Aus dem Regal: Die Philosophie des Laufens
Von Señor Rolando
John Dewey. Wie lange ist das eigentlich schon her? Jahre auf jeden Fall. Viele Jahre. Hier werden Erinnerungen wach. Denn es sind Jahre, vor denen es in einem Seminar um die Erneuerung der Philosophie ging. Ein Thema quasi, das Studenten nachts wach hält. Toll war das. Bewusstseinserweiternd.
Und hier gibt’s ihn wieder: John Dewey in einem Buch über das Laufen, beziehungsweise genauer gesagt: in einem Buch über die Philosophie des Laufens. Und damit ist es noch nicht genug, denn das Buch ist eine Anthologie. Man bekommt somit nicht nur den ollen Dewey, sondern noch viel mehr Sichtweisen auf das Verhältnis von Körper und Geist beim Laufen; es wird sehr klar, dass dieses Verhältnis kein statisches ist, sondern dass es sich entwickelt.

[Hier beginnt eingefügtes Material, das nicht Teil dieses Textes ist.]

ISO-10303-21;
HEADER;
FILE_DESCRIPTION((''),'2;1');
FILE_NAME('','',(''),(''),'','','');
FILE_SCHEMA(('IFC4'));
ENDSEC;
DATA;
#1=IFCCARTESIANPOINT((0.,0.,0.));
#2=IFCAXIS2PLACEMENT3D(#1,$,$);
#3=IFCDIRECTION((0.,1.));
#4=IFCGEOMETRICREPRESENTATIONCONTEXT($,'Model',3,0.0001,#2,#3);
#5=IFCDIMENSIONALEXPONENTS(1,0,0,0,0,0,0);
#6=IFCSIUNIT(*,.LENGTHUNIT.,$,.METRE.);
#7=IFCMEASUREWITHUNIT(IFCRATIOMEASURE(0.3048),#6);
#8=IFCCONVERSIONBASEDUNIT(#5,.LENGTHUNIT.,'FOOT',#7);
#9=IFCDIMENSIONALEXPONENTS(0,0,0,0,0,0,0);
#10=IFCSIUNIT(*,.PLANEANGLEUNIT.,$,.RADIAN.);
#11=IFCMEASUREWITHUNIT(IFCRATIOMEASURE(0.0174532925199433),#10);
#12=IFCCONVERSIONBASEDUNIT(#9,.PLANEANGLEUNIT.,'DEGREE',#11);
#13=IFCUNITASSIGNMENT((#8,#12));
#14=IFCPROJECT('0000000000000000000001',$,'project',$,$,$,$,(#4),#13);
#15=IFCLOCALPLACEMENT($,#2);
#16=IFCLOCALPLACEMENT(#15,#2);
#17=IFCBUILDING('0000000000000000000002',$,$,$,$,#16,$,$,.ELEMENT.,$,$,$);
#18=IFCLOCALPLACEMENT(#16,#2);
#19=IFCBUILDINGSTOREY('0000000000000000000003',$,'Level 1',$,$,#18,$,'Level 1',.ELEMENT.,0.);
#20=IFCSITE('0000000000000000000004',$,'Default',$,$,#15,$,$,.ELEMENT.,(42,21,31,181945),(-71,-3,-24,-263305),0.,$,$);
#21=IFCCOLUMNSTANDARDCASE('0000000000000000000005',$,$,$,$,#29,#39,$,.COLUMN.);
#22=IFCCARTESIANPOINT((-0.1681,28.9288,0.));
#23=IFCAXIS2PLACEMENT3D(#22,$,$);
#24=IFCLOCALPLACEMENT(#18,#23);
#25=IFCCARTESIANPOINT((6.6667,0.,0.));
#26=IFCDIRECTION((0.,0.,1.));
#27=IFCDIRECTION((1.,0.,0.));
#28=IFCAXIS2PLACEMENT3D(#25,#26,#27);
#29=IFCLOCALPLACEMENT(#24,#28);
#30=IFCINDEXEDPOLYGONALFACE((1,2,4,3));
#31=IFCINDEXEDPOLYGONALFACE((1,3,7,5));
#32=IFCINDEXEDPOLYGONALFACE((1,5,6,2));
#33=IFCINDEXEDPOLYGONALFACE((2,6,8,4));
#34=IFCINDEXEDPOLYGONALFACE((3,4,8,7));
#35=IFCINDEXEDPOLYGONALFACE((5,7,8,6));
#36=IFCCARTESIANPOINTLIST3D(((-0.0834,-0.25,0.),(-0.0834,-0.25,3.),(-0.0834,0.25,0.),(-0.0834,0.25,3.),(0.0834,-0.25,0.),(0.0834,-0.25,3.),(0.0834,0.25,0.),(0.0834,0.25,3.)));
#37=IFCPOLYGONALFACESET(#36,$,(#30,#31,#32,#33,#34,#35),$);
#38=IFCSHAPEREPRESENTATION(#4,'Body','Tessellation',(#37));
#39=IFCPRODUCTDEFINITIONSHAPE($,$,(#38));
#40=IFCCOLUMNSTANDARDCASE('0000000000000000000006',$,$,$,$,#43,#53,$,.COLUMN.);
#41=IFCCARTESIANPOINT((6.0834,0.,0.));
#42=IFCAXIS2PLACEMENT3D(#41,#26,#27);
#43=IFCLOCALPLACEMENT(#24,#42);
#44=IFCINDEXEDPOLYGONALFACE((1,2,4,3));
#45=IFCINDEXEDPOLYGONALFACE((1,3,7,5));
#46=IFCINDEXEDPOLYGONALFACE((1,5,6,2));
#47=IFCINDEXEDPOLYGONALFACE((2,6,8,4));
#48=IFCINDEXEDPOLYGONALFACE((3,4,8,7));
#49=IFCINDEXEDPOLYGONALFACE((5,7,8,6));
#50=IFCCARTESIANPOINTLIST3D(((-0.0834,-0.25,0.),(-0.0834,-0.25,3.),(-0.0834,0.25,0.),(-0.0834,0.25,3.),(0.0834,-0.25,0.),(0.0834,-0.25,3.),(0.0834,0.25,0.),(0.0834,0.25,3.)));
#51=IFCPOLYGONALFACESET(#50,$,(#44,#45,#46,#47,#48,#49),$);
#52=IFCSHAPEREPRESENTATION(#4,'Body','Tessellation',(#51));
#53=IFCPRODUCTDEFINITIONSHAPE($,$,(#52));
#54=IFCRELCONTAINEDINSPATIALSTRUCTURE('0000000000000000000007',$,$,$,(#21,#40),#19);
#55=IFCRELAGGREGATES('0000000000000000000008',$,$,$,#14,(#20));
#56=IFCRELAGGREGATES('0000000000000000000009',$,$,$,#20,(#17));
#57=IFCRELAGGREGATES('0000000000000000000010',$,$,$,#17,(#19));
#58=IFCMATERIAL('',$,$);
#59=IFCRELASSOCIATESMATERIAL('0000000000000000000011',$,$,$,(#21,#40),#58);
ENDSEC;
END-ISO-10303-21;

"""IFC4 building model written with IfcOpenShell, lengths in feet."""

from ifc_helpers import new_model, entity, si_unit, converted_unit, direction, frame, origin, place, context, project, spatial, rectangle, extrude, material, element, save


model = new_model("IFC4")

# Units and contexts
model_context = context("Model", 3, precision=0.0001, world=origin(), true_north=direction((0.0, 1.0)))
ifc_project = project(units=[converted_unit("LENGTHUNIT", "FOOT", entity("IfcRatioMeasure", 0.3048), si_unit("LENGTHUNIT", "METRE"), dimensions=[1, 0, 0, 0, 0, 0, 0]), converted_unit("PLANEANGLEUNIT", "DEGREE", entity("IfcRatioMeasure", 0.0174532925199433), si_unit("PLANEANGLEUNIT", "RADIAN"), dimensions=[0, 0, 0, 0, 0, 0, 0])], contexts=[model_context])

# Site, building, storey
site_placement = place(None, origin())
site = spatial("IfcSite", under=ifc_project, at=site_placement, Name="Default", CompositionType="ELEMENT", RefLatitude=(42, 21, 31, 181945), RefLongitude=(-71, -3, -24, -263305), RefElevation=0.0)
building_placement = place(site_placement, origin())
building = spatial("IfcBuilding", under=site, at=building_placement, CompositionType="ELEMENT")
storey_placement = place(building_placement, origin())
storey = spatial("IfcBuildingStorey", under=building, at=storey_placement, Name="Level 1", LongName="Level 1", CompositionType="ELEMENT", Elevation=0.0)

# Columns
ifc_material = material(Name="")
placement = place(storey_placement, frame((-0.1681, 28.9288, 0.0)))
for number, where, z_axis, x_axis in (
    (1, (6.6667, 0.0, 0.0), (0.0, 0.0, 1.0), (1.0, 0.0, 0.0)),
    (2, (6.0834, 0.0, 0.0), (0.0, 0.0, 1.0), (1.0, 0.0, 0.0)),
):
    element("IfcColumnStandardCase", number, at=place(placement, frame(where, z_axis=z_axis, x_axis=x_axis)), inside=storey, material=ifc_material, PredefinedType="COLUMN", context=model_context, shape_type="SweptSolid", body=[
        extrude(rectangle(XDim=0.1667, YDim=0.5), origin(), (0.0, 0.0, 1.0), 3.0),
    ])

save(model, "model.ifc")
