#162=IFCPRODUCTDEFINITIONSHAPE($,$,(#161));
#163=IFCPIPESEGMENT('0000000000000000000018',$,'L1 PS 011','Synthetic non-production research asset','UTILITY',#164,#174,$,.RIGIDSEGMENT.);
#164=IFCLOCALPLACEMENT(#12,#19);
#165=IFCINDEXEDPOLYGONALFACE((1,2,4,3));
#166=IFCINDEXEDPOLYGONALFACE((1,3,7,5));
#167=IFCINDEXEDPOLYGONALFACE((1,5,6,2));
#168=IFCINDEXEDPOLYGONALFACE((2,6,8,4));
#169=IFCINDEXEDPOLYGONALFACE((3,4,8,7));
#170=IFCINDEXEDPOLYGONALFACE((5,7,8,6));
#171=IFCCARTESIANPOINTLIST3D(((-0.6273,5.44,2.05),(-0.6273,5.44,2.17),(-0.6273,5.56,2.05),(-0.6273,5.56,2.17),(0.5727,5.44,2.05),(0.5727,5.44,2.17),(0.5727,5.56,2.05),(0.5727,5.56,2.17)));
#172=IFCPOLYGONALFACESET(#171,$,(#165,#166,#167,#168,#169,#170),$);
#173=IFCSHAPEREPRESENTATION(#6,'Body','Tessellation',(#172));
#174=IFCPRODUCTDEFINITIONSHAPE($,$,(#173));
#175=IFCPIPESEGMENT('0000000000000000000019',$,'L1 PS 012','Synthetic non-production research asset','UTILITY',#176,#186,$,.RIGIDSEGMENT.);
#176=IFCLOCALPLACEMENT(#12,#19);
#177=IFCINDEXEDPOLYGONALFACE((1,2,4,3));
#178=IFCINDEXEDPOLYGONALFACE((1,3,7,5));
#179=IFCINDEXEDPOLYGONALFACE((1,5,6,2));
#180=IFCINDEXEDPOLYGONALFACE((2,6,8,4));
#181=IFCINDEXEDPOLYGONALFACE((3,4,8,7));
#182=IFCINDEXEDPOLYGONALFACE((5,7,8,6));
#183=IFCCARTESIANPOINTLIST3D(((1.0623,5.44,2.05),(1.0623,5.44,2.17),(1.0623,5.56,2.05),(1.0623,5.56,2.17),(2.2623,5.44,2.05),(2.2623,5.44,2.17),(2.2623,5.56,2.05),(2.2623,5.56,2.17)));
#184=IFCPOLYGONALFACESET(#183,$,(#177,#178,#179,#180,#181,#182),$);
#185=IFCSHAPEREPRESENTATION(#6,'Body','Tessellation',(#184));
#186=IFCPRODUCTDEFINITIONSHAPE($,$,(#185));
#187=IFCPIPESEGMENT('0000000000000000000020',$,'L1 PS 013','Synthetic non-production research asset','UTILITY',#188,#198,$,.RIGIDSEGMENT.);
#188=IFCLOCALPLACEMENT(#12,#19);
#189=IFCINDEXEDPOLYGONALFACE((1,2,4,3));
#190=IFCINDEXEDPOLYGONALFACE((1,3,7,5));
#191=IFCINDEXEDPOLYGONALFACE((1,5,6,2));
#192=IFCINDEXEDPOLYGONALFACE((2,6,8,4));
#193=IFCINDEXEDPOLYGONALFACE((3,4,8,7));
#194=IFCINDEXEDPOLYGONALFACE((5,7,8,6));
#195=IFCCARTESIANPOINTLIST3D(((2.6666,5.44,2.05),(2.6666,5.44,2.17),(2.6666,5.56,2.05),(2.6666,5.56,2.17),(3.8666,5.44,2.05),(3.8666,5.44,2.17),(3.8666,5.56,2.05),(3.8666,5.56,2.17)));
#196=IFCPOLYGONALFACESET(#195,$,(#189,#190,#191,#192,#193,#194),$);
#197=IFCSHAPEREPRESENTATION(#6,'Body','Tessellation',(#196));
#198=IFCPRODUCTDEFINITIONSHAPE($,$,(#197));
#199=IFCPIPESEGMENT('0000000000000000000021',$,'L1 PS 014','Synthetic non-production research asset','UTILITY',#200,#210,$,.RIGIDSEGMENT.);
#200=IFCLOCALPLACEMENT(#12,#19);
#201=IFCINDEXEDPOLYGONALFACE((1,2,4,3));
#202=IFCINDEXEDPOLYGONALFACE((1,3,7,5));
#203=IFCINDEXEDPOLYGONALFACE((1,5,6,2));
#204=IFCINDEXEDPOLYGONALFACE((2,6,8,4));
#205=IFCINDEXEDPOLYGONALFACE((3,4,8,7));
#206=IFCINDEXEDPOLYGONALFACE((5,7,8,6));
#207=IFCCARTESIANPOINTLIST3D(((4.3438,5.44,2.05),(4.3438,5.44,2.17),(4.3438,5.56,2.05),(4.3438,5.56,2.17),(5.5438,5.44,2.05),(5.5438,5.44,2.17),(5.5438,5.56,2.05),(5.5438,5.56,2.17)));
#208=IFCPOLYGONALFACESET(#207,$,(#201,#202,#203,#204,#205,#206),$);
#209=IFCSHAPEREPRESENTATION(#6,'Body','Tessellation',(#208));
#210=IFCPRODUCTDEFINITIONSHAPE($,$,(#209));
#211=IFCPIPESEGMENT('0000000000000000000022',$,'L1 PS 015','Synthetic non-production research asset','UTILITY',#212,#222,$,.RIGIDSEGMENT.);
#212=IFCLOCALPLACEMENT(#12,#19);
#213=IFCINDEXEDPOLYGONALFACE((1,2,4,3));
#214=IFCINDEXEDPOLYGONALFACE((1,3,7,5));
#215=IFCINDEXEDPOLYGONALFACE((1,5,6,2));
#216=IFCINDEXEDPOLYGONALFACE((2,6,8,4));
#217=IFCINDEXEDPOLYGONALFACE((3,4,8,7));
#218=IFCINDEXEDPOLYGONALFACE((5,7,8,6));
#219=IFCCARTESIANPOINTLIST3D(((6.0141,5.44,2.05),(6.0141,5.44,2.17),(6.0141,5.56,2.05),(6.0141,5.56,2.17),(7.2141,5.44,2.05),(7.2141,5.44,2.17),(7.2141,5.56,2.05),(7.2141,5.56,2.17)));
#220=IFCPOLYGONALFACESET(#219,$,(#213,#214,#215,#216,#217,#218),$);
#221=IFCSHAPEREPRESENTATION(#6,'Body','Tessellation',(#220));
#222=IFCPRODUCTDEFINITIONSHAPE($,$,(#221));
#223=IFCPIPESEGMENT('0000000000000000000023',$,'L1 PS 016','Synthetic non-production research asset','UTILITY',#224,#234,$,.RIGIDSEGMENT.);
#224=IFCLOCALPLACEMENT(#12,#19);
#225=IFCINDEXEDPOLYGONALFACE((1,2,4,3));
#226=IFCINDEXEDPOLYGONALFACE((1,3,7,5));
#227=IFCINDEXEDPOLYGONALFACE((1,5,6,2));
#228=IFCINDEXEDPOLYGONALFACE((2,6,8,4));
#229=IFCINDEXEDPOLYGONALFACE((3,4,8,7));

Interessant ist dabei, dass einige der im Buch vertretenen Philosophen sehr praktisch veranlagt sind. Waren sie noch keine Läufer, wurden sie eben zu welchen. Und sei es auch nur zeitweise, um sich die Grundlagen für ihren jeweiligen Text zu erarbeiten; manchmal auch, um das notwendige Leiden wirklich selbst zu erleben. Ist es da ein Wunder, dass sogar eine Episode für den Podcast des Hauses beim Lesen quasi ganz nebenbei mit abgefallen ist? Wohl kaum.
All das ist mindestens ebenso spannend, wie die Anregungen, welche tatsächlich aus den Texten entstehen. Die Philosophie ist eben doch die Wissenschaft, welche sehr gut Fragen stellen kann. Wer weiß, wofür sich das noch alles als nützlich erweist. So helfen die Texte wirklich weiter. Einen habe ich z.B. abends im Bett gelesen. Es war am Abend eines schlechten Laufs. Entsprechend K.O. war ich. Mich selbst bemitleidet habe ich. Und passenderweise ging es im Text um die wahren Gründe, warum man so einen Lauf-Unfug auf sich nimmt. Es ging um wahren Hedonismus. Darum, dass dieser nicht nur den auf kurzfristigen Lustgewinn ausgerichteten ist. Und was soll ich sagen? Das hat geholfen. Der Text war gut. Ich konnte quasi dank Chris Kelly und seinem »Schmerz des Läufers« gut schlafen.
Besser geht’s doch wohl nicht, oder?
Zur eigenen Lektüre kann ich die Anthologie auf jeden Fall sehr empfehlen. Es ist ein wirklich feines Buch. Und das keineswegs nur aus nostalgisch verklärten Gründen.